STRchive: a dynamic resource detailing population-level and locus-specific insights at tandem repeat disease loci

Laurel Hiatt,Ben Weisburd,Egor Dolzhenko,Grace E. VanNoy,Edibe Nehir Kurtas,Heidi L. Rehm,Aaron Quinlan,Harriet Dashnow
DOI: https://doi.org/10.1101/2024.05.21.24307682
2024-05-21
Abstract:Approximately 3% of the human genome consists of repetitive elements called tandem repeats (TRs), which include short tandem repeats (STRs) of 1-6bp motifs and variable number tandem repeats (VNTRs) of 7+bp motifs. TR variants contribute to several dozen mono- and polygenic diseases but remain understudied and 'enigmatic,' particularly relative to single nucleotide variants. It remains comparatively challenging to interpret the clinical significance of TR variants. Although existing resources provide portions of necessary data for interpretation at disease-associated loci, it is currently difficult or impossible to efficiently invoke the additional details critical to proper interpretation, such as motif pathogenicity, disease penetrance, and age of onset distributions. It is also often unclear how to apply population information to analyses. We present STRchive (S-T-archive, http://strchive.org/), a dynamic resource consolidating information on TR disease loci in humans from research literature, up-to-date clinical resources, and large-scale genomic databases, with the goal of streamlining TR variant interpretation at disease-associated loci. We apply STRchive-including pathogenic thresholds, motif classification, and clinical phenotypes-to a gnomAD cohort of ~18.5k individuals genotyped at 60 disease-associated loci.
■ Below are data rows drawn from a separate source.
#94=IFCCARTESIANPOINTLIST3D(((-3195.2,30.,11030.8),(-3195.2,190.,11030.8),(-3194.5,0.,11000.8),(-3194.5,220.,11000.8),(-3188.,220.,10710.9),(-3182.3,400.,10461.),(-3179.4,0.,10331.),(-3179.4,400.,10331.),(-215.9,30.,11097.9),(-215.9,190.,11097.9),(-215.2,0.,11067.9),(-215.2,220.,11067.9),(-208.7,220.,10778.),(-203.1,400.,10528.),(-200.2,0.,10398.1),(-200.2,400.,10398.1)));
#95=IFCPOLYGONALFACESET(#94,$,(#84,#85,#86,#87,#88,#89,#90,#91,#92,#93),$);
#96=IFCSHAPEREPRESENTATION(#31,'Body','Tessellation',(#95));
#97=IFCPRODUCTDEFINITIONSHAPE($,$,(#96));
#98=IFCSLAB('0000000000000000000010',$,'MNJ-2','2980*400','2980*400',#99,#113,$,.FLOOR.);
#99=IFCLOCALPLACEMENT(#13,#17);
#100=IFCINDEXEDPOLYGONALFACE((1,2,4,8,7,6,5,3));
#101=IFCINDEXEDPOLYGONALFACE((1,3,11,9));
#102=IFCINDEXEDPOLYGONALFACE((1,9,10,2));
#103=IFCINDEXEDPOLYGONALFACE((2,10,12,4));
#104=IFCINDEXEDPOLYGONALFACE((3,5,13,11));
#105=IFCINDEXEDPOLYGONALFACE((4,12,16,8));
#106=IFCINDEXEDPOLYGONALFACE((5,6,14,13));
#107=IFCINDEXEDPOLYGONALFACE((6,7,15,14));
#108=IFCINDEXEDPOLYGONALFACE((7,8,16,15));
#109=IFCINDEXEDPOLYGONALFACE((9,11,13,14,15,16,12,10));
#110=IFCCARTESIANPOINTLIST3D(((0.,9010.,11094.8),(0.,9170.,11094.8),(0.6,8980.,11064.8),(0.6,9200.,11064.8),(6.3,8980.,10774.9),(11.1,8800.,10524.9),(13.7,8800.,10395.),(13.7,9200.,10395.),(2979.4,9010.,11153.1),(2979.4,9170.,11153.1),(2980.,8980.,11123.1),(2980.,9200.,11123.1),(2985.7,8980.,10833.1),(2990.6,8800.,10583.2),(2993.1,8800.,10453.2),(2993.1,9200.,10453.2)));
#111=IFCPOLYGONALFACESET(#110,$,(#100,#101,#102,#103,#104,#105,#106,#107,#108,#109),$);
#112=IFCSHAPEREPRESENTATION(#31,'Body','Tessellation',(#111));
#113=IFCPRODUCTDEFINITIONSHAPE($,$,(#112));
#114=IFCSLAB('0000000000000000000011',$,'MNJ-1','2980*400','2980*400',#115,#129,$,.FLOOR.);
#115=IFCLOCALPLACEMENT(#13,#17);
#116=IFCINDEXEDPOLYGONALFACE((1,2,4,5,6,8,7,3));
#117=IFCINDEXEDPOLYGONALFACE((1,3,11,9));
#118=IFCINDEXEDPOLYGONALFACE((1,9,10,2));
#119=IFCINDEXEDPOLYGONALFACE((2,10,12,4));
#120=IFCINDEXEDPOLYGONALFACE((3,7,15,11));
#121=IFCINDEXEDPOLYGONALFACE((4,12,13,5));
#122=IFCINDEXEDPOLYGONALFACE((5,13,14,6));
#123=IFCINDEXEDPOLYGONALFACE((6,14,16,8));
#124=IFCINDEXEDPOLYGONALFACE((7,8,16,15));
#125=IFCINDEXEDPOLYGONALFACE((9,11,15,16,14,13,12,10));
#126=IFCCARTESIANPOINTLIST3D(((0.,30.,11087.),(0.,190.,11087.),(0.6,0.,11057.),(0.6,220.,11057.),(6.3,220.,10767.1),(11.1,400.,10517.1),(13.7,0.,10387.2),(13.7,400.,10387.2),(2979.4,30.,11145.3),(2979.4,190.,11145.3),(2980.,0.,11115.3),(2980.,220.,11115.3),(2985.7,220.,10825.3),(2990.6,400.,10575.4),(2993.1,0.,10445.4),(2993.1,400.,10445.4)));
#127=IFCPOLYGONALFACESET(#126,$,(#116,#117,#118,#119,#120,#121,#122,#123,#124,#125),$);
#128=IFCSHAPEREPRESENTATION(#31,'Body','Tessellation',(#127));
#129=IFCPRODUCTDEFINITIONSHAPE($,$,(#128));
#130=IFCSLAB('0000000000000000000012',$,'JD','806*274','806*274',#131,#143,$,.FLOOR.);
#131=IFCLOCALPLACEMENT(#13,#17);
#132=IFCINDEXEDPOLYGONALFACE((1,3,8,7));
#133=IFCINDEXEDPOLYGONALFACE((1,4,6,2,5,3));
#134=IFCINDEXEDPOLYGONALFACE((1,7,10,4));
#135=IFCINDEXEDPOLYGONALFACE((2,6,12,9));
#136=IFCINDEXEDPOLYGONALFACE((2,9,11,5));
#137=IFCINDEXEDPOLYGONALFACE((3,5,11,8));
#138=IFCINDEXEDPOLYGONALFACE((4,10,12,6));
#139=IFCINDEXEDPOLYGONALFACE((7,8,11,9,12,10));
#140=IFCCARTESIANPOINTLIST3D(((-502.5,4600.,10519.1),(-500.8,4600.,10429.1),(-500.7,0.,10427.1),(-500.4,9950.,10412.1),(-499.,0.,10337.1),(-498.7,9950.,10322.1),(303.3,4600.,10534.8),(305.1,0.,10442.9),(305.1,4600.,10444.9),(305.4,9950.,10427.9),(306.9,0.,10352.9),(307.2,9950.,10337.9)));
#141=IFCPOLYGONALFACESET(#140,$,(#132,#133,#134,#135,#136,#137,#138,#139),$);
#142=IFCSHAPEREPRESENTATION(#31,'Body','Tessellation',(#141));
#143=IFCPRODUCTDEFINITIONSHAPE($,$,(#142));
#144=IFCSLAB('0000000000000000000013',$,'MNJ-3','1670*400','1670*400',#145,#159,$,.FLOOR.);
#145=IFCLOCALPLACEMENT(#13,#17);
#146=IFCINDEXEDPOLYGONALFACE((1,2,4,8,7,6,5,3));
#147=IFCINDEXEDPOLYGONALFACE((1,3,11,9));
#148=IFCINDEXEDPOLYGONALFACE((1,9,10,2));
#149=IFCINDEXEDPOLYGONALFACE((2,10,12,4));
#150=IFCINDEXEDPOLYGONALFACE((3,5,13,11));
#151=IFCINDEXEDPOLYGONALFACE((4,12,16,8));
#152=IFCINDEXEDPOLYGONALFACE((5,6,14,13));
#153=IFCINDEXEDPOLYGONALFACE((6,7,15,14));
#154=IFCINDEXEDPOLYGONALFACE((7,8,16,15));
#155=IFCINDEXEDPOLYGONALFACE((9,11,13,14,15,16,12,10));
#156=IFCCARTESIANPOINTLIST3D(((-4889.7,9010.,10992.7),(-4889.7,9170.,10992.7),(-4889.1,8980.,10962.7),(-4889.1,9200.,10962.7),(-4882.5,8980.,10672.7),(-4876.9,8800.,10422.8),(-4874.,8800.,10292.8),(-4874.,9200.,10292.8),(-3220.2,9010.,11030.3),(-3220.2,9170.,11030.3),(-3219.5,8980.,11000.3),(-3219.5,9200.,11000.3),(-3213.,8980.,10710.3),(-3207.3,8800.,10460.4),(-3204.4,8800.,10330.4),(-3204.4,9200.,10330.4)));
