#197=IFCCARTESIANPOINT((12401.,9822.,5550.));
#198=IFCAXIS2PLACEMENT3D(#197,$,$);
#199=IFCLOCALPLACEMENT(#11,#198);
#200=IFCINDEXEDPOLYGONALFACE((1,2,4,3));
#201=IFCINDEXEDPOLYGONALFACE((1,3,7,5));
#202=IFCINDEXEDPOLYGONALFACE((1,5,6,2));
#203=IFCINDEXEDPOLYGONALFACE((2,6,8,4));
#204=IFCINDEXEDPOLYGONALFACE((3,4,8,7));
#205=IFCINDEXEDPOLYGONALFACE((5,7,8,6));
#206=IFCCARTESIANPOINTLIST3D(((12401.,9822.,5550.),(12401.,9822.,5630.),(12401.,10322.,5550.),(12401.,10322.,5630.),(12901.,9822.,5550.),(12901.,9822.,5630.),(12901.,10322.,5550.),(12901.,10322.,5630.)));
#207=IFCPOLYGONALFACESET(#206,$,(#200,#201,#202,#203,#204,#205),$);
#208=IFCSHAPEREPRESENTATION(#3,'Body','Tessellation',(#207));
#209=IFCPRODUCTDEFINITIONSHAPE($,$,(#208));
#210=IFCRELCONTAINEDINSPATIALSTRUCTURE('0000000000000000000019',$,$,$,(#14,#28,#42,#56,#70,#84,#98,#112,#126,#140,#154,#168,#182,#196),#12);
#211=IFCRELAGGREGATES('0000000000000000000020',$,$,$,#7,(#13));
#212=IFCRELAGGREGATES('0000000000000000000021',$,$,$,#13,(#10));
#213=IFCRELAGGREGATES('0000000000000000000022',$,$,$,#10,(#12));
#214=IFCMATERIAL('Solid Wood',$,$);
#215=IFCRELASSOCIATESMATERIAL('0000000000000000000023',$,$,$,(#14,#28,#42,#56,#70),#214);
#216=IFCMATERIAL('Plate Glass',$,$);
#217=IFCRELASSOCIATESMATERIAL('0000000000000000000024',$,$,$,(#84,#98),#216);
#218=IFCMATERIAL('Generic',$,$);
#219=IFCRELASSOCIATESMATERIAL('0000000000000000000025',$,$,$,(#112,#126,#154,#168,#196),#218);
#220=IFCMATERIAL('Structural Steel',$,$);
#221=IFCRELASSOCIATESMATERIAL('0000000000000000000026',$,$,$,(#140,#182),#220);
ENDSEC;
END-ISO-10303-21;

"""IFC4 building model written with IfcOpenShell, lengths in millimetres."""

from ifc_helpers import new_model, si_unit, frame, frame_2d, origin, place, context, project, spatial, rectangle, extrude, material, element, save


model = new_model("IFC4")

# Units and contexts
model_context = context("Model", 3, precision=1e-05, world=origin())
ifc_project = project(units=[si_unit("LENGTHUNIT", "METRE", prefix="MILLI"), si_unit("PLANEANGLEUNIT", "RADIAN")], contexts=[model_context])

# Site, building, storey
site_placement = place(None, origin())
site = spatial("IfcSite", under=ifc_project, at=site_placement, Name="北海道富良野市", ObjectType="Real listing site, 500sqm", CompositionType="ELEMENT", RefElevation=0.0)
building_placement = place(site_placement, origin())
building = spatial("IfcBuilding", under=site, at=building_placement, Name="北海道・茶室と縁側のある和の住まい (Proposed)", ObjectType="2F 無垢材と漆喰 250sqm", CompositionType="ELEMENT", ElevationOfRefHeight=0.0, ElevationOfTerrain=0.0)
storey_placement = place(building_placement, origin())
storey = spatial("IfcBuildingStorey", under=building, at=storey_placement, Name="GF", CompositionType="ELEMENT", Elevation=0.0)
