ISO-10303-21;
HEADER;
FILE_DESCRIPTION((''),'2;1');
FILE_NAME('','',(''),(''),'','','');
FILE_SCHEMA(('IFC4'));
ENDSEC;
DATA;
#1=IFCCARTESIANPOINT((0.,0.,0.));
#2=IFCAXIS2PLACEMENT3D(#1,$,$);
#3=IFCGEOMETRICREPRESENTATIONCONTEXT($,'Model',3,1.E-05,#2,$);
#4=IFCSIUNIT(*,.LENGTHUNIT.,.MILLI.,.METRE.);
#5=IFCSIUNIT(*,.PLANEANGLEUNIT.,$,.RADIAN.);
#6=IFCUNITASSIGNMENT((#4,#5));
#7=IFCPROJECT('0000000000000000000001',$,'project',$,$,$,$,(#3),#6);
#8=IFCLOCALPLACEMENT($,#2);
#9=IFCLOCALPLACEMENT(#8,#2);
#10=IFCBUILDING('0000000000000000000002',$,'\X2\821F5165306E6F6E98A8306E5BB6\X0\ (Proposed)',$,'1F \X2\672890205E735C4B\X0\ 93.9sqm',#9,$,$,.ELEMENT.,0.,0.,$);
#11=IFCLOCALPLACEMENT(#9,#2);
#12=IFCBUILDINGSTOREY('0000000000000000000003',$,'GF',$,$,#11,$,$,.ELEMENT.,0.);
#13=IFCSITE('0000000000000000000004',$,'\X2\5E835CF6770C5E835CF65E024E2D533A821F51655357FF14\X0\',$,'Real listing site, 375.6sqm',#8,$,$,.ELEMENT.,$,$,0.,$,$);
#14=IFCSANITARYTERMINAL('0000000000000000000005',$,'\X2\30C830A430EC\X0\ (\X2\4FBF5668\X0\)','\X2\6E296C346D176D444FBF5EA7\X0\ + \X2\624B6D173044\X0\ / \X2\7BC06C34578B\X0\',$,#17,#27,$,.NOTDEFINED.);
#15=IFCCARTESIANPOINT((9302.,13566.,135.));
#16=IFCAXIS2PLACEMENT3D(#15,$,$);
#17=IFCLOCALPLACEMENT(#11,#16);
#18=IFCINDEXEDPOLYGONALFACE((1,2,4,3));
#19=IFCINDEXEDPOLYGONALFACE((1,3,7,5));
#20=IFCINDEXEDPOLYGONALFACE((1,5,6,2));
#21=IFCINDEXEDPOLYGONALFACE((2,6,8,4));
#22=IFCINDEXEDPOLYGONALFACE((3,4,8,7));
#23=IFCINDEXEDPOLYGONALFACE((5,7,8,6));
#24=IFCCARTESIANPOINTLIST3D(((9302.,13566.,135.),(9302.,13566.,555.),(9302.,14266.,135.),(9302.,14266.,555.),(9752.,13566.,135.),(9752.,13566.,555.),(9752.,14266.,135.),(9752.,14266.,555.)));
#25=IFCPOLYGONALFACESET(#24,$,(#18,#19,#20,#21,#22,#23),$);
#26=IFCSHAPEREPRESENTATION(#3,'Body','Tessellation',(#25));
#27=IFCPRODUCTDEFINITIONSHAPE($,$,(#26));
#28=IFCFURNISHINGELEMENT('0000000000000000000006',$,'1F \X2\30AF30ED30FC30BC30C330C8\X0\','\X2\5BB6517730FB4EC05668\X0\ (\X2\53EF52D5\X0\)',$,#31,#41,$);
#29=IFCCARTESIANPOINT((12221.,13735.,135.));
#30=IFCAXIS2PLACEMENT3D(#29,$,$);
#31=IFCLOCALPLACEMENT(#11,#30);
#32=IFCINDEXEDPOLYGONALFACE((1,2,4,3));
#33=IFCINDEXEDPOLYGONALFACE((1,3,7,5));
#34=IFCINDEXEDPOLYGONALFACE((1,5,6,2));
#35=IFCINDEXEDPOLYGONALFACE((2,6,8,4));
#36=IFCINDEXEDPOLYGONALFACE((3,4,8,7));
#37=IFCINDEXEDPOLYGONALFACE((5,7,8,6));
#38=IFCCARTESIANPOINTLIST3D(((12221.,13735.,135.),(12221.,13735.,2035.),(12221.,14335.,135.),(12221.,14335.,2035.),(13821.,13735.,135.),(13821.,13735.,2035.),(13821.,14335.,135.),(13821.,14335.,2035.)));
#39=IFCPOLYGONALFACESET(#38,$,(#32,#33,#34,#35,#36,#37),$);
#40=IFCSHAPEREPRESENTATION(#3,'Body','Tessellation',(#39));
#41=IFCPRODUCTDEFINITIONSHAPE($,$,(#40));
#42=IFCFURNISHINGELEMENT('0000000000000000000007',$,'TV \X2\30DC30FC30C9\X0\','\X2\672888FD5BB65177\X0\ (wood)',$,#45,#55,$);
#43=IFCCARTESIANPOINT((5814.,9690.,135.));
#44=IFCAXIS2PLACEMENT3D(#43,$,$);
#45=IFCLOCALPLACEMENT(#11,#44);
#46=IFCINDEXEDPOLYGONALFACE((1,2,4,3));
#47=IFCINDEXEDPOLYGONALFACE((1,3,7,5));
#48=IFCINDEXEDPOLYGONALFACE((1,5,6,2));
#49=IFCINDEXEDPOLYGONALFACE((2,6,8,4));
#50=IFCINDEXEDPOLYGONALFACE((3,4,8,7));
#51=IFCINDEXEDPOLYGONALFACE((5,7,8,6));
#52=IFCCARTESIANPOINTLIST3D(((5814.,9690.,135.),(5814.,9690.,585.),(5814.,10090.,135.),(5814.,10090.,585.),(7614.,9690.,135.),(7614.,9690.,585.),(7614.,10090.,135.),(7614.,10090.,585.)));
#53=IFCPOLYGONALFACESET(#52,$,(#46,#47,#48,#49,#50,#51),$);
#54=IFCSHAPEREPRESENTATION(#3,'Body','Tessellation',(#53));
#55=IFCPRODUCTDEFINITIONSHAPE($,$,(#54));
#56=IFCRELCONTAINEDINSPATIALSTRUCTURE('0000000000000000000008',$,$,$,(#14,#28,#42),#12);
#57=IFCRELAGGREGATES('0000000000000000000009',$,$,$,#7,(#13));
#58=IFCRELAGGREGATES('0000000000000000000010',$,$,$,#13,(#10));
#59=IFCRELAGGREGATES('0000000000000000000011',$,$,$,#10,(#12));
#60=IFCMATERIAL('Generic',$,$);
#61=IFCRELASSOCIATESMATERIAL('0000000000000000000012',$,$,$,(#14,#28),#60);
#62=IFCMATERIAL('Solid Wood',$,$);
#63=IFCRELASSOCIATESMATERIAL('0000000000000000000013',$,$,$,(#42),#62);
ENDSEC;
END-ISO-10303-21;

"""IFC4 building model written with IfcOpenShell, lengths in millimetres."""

from ifc_helpers import new_model, si_unit, frame, frame_2d, origin, place, context, project, spatial, rectangle, extrude, material, element, save


model = new_model("IFC4")

# Units and contexts
model_context = context("Model", 3, precision=1e-05, world=origin())
ifc_project = project(units=[si_unit("LENGTHUNIT", "METRE", prefix="MILLI"), si_unit("PLANEANGLEUNIT", "RADIAN")], contexts=[model_context])

# Site, building, storey
site_placement = place(None, origin())
site = spatial("IfcSite", under=ifc_project, at=site_placement, Name="広島県広島市中区舟入南４", ObjectType="Real listing site, 375.6sqm", CompositionType="ELEMENT", RefElevation=0.0)
building_placement = place(site_placement, origin())
building = spatial("IfcBuilding", under=site, at=building_placement, Name="舟入の潮風の家 (Proposed)", ObjectType="1F 木造平屋 93.9sqm", CompositionType="ELEMENT", ElevationOfRefHeight=0.0, ElevationOfTerrain=0.0)
storey_placement = place(building_placement, origin())
storey = spatial("IfcBuildingStorey", under=building, at=storey_placement, Name="GF", CompositionType="ELEMENT", Elevation=0.0)

# Shared definitions
ifc_material_1 = material(Name="Solid Wood")

# Sanitary terminal
ifc_material_2 = material(Name="Generic")
sanitary_terminal_1_placement = place(storey_placement, frame((9302.0, 13566.0, 135.0)))
element("IfcSanitaryTerminal", 1, at=sanitary_terminal_1_placement, inside=storey, material=ifc_material_2, Name="トイレ (便器)", Description="温水洗浄便座 + 手洗い / 節水型", PredefinedType="NOTDEFINED", context=model_context, shape_type="SweptSolid", body=[
    extrude(rectangle(XDim=450.0, YDim=700.0, at=frame_2d((225.0, 350.0))), frame((9302.0, 13566.0, 135.0)), (0.0, 0.0, 1.0), 420.0),
])

# Furnishing elements
furnishing_1_placement = place(storey_placement, frame((12221.0, 13735.0, 135.0)))
element("IfcFurnishingElement", 2, at=furnishing_1_placement, inside=storey, material=ifc_material_2, Name="1F クローゼット", Description="家具・什器 (可動)", context=model_context, shape_type="SweptSolid", body=[
    extrude(rectangle(XDim=1600.0, YDim=600.0, at=frame_2d((800.0, 300.0))), frame((12221.0, 13735.0, 135.0)), (0.0, 0.0, 1.0), 1900.0),
])
furnishing_2_placement = place(storey_placement, frame((5814.0, 9690.0, 135.0)))
element("IfcFurnishingElement", 3, at=furnishing_2_placement, inside=storey, material=ifc_material_1, Name="TV ボード", Description="木製家具 (wood)", context=model_context, shape_type="SweptSolid", body=[
    extrude(rectangle(XDim=1800.0, YDim=400.0, at=frame_2d((900.0, 200.0))), frame((5814.0, 9690.0, 135.0)), (0.0, 0.0, 1.0), 450.0),
])

save(model, "model.ifc")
Through detailed literature curation, we demonstrate that the majority of TR diseases affect children despite being thought of as adult diseases. Additionally, we show that pathogenic genotypes can be found within gnomAD which do not necessarily overlap with known disease prevalence, and leverage STRchive to interpret locus-specific findings therein. We apply a diagnostic blueprint empowered by STRchive to relevant clinical vignettes, highlighting possible pitfalls in TR variant interpretation. As a living resource, STRchive is maintained by experts, takes community contributions, and will evolve as understanding of TR diseases progresses.
What problem does this paper attempt to address?
The main problem that this paper attempts to solve is how to more effectively explain and interpret the clinical significance of gene variations related to tandem repeats (TRs), especially those loci related to diseases. Specifically, the paper aims to: 1. **Integrate and provide detailed TR disease - locus information**: By creating a dynamic resource library named STRchive, it centrally integrates information from research literature, the latest clinical resources, and large - scale genomic databases to help researchers and clinicians better understand the genetic background of TR diseases. 2. **Simplify the TR variation interpretation process**: STRchive not only provides the reference regions of TR diseases, typical repeat sequence motifs, but also contains key information such as the normal and pathogenic allele ranges, thus simplifying the clinical interpretation process of TR variations. 3. **Reveal the impact of TR diseases in children**: The paper shows that most TR diseases can actually affect children, which challenges the previous view that TR diseases mainly affect adults. Through the data analysis of about 18,500 individuals in the gnomAD cohort, it is found that many TR diseases may have manifested as early as in the early life. 4. **Provide diagnostic guidelines**: STRchive provides a blueprint for the diagnosis of TR variations, including evaluating allele size, sequence composition, phenotypic characteristics, and detailed information of specific loci, to guide clinicians to perform accurate variation interpretation. 5. **Promote the research and development of TR diseases**: As a "living" resource maintained by experts and accepting community contributions, STRchive will be continuously updated and improved with the progress of the understanding of TR diseases, promoting the research progress in related fields. In summary, the core objective of this paper is to improve the understanding and interpretation ability of TR diseases and their related variations through the establishment of the comprehensive platform of STRchive, and then improve the diagnosis and treatment plans of patients.